Lower your blood pressure with a few simple lifestyle changes, and improve your overall health.
Have you had your blood pressure checked recently? At least one-quarter of Australian adults have high blood pressure, and while a person of any age can have the condition, more than half of these with high blood pressure are aged over 60.
A doctor can check your blood pressure using a simple test. This is the only way to know your blood pressure health.
According to The Heart Foundation:
Normal blood pressure: generally less than 120/80 mmHg
Normal to high blood pressure: between 120/80 and 140/90 mmHg
High blood pressure: 140/90 mmHg or higher
High blood pressure (hypertension) can be caused by a number of things, such as stress, poor health or nutrition, lack of exercise or a heredity predisposition. The good news is that lowering and maintaining a healthy blood pressure usually only means making a few small changes.
1. Healthy eating
Maintaining a healthy, balanced diet is imperative to lowering your blood pressure and keeping it at a healthy level.

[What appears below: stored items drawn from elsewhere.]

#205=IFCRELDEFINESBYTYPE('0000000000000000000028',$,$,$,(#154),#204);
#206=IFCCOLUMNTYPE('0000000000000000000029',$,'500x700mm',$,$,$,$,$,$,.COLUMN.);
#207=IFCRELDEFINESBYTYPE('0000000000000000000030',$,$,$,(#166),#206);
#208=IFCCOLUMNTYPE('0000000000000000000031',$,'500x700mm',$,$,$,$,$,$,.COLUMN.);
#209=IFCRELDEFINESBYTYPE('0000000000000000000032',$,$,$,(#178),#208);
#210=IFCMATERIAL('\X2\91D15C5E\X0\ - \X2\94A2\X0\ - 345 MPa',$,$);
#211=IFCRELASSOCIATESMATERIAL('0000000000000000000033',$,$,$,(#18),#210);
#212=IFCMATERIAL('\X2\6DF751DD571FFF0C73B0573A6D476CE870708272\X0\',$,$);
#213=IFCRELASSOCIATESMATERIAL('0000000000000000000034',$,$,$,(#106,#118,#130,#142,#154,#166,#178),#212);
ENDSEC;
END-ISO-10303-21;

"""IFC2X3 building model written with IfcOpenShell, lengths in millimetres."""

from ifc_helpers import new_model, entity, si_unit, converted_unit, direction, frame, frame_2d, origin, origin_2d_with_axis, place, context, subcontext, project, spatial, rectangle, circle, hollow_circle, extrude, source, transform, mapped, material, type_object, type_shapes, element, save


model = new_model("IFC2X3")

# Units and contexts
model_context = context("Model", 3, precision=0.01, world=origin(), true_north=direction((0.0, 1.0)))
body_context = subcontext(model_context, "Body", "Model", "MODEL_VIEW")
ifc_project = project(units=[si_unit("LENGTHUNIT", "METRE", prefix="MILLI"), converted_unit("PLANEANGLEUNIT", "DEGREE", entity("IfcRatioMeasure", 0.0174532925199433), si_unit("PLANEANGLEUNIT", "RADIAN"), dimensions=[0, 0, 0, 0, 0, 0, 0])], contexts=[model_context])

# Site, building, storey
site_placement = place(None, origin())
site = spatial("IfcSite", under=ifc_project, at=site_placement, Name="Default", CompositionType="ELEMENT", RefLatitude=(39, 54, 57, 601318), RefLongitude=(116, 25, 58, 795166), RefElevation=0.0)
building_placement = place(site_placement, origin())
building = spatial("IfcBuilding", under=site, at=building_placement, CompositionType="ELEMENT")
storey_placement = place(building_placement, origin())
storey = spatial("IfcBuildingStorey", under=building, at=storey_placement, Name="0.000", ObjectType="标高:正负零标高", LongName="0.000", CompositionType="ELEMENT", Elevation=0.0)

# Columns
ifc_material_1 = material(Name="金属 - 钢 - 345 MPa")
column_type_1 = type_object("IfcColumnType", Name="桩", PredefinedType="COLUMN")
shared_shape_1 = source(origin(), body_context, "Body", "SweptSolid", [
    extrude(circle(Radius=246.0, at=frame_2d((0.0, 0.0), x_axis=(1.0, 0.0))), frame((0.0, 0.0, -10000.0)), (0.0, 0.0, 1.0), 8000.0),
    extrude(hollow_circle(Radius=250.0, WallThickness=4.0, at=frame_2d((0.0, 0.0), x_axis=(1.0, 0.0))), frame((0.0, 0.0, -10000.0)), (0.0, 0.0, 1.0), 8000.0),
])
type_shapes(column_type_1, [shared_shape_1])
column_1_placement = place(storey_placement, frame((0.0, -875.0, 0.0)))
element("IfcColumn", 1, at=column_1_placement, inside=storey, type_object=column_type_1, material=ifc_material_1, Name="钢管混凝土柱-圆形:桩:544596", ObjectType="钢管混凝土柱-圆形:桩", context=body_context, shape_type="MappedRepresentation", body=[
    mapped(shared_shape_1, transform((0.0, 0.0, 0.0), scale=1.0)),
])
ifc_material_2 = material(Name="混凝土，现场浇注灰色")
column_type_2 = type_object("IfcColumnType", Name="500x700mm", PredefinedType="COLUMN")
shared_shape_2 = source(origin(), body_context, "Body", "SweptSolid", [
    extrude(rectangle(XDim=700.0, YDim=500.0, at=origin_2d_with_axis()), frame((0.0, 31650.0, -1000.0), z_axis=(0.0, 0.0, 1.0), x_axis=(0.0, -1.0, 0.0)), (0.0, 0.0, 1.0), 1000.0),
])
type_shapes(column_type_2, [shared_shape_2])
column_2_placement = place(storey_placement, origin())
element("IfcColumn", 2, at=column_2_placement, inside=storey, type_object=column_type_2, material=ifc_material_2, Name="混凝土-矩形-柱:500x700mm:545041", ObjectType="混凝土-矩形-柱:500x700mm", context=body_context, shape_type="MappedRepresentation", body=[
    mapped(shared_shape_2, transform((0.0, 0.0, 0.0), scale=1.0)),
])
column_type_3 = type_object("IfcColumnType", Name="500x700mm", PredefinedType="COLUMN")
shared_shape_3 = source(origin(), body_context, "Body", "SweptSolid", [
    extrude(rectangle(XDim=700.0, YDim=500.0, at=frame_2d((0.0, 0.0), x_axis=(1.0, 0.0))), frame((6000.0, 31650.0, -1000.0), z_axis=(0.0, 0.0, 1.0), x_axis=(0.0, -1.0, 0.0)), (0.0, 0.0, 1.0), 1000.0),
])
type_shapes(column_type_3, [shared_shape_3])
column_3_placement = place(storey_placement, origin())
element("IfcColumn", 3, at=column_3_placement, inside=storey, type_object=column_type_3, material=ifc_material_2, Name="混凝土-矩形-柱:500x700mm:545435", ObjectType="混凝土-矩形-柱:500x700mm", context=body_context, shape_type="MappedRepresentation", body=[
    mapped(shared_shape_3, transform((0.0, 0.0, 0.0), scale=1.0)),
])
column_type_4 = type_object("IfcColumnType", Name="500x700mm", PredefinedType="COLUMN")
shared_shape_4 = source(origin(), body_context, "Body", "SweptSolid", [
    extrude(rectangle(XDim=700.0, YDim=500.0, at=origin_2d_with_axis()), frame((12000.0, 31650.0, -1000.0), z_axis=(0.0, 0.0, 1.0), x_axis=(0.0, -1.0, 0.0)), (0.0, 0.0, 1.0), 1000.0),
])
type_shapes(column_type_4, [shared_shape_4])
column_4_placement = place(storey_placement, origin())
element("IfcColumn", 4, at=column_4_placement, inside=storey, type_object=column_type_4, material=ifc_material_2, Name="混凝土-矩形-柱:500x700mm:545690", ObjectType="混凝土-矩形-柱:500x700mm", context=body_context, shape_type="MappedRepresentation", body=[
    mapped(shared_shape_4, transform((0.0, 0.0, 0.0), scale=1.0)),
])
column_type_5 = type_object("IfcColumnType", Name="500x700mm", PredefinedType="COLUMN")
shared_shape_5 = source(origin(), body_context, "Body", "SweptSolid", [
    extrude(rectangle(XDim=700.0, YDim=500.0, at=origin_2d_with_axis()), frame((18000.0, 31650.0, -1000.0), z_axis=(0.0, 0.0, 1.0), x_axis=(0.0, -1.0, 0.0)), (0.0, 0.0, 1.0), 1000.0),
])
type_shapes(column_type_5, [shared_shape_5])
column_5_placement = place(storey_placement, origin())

Be sure to include plenty of foods from the five major food groups, including fruits, vegetables, grains, lean meats and dairy.
Drinking enough water (around two litres per day) is highly recommended.
2. Reduce the salt
Excessive salt in the diet is the one of the most common reasons for high blood pressure. Australians are recommended to consume less than 4g, or 1,600mg of sodium, per day. This is no more than a teaspoon.
The easiest way to reduce salt in your diet is to cut out processed foods, and stop adding it to your meals. If you are the person who is responsible for cooking meals, always make sure to taste the food as you go, and see if it needs salt.
As a person ages, their tastebuds start fading, so the taste of food isn’t as strong. This can lead to excessive use of salt to try to bring back the flavours. Instead of piling on the sodium, try using alternatives to amp-up the flavour, such as chillies, spices and herbs.
Another way to consume less salt is to stop it entering the house. When you’re shopping, check the dietary labels on the back of food packets. Look for foods with 120mg of sodium per 100g or less.